*What is needed*
Every line holding the word "MILLI" should be copied from the material.

[[ Data to process open ]]

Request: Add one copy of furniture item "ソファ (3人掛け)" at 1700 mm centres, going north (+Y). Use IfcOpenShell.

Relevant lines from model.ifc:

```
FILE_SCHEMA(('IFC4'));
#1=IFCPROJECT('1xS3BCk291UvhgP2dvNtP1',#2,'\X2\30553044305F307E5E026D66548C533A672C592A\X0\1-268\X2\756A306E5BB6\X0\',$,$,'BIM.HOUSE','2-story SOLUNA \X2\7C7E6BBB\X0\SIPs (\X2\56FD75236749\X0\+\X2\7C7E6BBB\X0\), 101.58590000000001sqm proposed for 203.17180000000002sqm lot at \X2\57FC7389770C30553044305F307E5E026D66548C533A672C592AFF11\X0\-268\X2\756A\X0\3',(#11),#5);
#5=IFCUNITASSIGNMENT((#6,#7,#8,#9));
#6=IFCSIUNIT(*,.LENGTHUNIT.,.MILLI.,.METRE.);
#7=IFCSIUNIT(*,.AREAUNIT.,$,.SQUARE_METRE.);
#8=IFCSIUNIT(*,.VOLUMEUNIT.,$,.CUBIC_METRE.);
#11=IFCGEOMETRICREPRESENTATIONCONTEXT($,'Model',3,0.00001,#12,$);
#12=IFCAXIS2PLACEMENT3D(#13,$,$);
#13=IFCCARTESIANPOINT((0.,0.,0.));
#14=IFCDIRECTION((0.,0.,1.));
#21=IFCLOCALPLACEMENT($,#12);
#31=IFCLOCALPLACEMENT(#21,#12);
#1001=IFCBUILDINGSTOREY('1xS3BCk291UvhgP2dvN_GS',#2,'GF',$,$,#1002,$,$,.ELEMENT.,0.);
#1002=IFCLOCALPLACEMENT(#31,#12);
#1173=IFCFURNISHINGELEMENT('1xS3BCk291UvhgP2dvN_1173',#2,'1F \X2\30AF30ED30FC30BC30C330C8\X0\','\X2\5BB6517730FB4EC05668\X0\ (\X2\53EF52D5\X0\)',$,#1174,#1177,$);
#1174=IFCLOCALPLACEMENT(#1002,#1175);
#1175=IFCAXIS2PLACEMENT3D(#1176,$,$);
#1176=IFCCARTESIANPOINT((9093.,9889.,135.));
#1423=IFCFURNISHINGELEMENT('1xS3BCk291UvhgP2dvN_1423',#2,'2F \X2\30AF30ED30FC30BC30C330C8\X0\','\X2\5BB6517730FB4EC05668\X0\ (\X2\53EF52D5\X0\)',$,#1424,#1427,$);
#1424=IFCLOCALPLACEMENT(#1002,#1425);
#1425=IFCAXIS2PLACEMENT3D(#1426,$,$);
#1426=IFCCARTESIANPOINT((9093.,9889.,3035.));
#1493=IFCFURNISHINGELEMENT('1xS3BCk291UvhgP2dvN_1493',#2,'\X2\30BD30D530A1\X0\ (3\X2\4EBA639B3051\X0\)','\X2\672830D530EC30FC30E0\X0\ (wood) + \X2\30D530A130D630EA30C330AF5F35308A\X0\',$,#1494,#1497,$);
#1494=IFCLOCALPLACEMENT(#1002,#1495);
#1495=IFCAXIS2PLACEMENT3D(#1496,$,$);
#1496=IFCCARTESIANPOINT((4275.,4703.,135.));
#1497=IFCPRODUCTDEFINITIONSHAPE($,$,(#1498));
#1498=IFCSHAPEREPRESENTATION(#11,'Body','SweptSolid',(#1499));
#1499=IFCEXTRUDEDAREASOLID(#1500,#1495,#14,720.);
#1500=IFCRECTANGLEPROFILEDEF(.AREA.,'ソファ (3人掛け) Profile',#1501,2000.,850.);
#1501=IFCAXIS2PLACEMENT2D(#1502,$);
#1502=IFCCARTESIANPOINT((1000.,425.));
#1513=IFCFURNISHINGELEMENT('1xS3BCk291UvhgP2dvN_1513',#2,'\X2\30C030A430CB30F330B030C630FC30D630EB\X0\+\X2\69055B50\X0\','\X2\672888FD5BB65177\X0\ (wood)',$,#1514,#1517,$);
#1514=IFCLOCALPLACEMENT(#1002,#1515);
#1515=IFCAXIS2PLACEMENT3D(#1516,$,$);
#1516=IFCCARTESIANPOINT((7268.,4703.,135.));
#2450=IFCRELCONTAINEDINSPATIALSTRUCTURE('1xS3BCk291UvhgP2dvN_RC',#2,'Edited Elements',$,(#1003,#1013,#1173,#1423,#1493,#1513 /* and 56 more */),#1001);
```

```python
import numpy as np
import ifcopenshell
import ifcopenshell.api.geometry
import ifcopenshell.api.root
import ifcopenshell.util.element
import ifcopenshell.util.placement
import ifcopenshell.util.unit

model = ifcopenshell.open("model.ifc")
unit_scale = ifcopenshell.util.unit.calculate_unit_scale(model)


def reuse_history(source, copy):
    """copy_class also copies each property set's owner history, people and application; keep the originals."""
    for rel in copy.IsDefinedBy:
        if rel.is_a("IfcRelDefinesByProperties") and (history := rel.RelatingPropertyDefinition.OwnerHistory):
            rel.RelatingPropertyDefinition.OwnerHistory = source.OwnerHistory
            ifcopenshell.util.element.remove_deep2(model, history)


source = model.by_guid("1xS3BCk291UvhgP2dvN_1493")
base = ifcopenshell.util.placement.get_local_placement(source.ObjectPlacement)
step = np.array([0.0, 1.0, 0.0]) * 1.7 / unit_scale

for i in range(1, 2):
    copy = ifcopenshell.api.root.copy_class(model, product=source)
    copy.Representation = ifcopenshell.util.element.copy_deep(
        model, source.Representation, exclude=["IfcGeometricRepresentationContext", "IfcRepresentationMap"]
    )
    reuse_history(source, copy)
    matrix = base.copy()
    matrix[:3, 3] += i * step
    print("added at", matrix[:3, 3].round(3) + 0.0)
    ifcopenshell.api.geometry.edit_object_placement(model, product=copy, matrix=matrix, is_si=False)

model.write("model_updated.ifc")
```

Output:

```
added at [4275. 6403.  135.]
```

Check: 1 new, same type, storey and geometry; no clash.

[[ Data to process closed ]]
[[ Data to process open ]]

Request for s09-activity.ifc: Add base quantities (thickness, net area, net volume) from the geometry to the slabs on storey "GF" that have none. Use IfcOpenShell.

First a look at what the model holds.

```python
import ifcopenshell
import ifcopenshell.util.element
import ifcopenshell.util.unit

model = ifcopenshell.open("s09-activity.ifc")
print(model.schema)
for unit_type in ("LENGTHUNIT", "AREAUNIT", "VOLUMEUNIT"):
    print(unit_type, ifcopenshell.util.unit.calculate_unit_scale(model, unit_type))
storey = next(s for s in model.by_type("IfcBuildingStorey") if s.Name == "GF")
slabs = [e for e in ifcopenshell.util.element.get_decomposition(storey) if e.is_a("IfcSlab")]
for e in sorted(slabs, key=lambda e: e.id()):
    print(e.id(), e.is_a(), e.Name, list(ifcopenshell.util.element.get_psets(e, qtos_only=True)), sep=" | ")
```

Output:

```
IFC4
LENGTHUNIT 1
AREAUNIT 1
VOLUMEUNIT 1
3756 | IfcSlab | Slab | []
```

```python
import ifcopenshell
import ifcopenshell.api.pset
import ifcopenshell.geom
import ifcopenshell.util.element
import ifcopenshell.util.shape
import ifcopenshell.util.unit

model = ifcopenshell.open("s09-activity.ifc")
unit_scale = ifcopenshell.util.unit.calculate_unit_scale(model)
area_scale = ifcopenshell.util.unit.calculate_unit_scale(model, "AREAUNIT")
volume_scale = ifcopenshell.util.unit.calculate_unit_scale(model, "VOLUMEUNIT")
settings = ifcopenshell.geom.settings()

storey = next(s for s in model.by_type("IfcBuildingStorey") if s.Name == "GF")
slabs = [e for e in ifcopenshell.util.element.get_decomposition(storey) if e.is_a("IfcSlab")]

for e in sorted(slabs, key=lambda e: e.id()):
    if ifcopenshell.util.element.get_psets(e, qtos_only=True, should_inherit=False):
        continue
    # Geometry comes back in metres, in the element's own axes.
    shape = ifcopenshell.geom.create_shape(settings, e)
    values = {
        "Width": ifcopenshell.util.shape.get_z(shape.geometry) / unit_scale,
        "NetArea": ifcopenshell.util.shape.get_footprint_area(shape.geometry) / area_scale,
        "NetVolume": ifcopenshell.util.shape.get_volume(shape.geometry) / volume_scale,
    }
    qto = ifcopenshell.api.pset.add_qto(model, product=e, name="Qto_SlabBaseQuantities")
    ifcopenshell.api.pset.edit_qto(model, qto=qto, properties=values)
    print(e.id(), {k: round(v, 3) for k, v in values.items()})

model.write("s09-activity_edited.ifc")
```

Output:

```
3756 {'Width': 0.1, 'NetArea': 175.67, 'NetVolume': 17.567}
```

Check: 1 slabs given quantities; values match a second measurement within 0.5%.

[[ Data to process closed ]]
[[ Data to process open ]]

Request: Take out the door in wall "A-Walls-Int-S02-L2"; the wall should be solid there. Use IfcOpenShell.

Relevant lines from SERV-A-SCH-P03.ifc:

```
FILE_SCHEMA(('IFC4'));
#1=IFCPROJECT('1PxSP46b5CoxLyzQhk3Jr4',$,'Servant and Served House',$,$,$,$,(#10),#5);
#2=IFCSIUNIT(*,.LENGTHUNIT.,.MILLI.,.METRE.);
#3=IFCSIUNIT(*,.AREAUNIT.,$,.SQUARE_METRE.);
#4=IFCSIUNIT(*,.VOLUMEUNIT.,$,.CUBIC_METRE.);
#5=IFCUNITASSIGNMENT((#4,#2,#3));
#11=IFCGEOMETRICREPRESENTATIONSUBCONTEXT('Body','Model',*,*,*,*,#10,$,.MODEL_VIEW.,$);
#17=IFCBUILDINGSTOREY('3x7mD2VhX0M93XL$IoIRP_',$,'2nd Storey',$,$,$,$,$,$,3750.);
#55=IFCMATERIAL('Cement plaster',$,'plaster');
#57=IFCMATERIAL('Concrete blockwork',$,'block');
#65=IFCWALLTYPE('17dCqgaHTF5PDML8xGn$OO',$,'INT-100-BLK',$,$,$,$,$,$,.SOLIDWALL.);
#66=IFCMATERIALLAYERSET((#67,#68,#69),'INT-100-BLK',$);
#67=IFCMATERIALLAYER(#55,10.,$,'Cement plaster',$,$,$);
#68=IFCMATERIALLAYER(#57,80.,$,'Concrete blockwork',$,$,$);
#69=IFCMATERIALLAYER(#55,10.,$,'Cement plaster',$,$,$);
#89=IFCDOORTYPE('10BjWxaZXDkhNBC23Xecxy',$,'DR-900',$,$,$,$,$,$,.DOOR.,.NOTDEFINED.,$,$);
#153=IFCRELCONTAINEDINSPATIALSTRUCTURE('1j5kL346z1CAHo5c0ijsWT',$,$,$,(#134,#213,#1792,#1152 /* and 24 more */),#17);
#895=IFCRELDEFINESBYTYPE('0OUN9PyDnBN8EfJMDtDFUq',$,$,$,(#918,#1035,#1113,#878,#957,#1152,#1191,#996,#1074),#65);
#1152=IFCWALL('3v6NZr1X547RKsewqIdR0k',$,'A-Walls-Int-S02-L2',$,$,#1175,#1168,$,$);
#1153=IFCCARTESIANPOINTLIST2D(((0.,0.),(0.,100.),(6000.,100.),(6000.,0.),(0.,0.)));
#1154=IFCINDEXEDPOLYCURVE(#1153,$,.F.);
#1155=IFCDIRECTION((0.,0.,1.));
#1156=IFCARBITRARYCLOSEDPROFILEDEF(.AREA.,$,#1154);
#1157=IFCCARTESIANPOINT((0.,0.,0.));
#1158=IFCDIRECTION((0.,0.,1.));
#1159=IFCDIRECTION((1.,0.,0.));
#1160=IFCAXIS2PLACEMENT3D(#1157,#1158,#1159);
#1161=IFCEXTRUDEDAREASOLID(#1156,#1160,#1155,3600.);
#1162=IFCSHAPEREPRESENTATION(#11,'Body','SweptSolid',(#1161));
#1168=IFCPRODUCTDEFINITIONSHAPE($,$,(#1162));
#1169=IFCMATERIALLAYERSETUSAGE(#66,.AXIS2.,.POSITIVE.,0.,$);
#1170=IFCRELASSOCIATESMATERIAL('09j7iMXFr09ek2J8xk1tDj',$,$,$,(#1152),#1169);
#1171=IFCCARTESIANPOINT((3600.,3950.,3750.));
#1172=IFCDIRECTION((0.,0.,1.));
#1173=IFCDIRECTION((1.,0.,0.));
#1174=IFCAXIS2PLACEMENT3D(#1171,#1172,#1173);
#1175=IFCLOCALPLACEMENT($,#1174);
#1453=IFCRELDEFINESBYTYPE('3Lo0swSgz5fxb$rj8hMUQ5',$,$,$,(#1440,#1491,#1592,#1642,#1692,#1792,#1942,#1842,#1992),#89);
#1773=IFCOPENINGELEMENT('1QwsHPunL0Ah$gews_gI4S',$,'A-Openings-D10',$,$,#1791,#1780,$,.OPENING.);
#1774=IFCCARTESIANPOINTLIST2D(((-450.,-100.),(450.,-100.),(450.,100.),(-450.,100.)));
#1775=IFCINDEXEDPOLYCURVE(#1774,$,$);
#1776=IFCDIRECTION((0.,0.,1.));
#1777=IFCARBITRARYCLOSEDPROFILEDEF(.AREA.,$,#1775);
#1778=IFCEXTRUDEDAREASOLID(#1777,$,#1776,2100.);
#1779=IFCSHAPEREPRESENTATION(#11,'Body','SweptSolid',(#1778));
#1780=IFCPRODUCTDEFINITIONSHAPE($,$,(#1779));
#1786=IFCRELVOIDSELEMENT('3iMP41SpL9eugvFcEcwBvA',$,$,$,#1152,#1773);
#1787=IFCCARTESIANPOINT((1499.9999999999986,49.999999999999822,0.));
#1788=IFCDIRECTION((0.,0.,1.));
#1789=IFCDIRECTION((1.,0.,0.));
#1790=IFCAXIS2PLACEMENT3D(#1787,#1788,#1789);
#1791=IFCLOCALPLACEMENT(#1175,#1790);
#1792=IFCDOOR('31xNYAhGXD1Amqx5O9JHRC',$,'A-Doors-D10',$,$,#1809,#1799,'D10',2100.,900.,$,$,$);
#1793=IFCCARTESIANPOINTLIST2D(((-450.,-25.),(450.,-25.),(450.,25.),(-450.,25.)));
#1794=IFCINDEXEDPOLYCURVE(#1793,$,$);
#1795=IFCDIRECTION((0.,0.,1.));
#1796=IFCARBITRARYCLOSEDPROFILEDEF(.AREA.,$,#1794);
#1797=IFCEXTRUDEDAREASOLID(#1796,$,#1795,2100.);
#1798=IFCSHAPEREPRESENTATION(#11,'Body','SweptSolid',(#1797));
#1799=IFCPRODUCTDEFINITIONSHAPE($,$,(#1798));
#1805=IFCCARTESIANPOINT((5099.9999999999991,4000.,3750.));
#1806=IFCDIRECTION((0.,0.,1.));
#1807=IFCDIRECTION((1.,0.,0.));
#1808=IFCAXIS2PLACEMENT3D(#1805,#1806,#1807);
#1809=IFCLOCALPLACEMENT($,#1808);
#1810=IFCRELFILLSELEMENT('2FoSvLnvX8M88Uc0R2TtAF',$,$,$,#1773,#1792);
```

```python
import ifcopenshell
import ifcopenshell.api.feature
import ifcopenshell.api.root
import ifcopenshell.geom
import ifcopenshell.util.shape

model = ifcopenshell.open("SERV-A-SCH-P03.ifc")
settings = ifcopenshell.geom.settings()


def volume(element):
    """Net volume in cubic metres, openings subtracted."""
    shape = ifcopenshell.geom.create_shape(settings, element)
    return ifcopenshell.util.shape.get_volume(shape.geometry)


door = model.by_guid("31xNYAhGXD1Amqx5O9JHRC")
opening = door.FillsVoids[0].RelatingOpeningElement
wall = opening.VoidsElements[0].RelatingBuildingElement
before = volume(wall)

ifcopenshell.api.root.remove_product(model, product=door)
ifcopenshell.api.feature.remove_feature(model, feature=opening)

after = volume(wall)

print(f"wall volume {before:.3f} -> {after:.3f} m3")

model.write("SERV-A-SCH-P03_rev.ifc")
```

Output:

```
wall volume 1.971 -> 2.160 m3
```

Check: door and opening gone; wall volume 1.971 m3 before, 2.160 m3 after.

[[ Data to process closed ]]

*Solved problem*
#6=IFCSIUNIT(*,.LENGTHUNIT.,.MILLI.,.METRE.);
#2=IFCSIUNIT(*,.LENGTHUNIT.,.MILLI.,.METRE.);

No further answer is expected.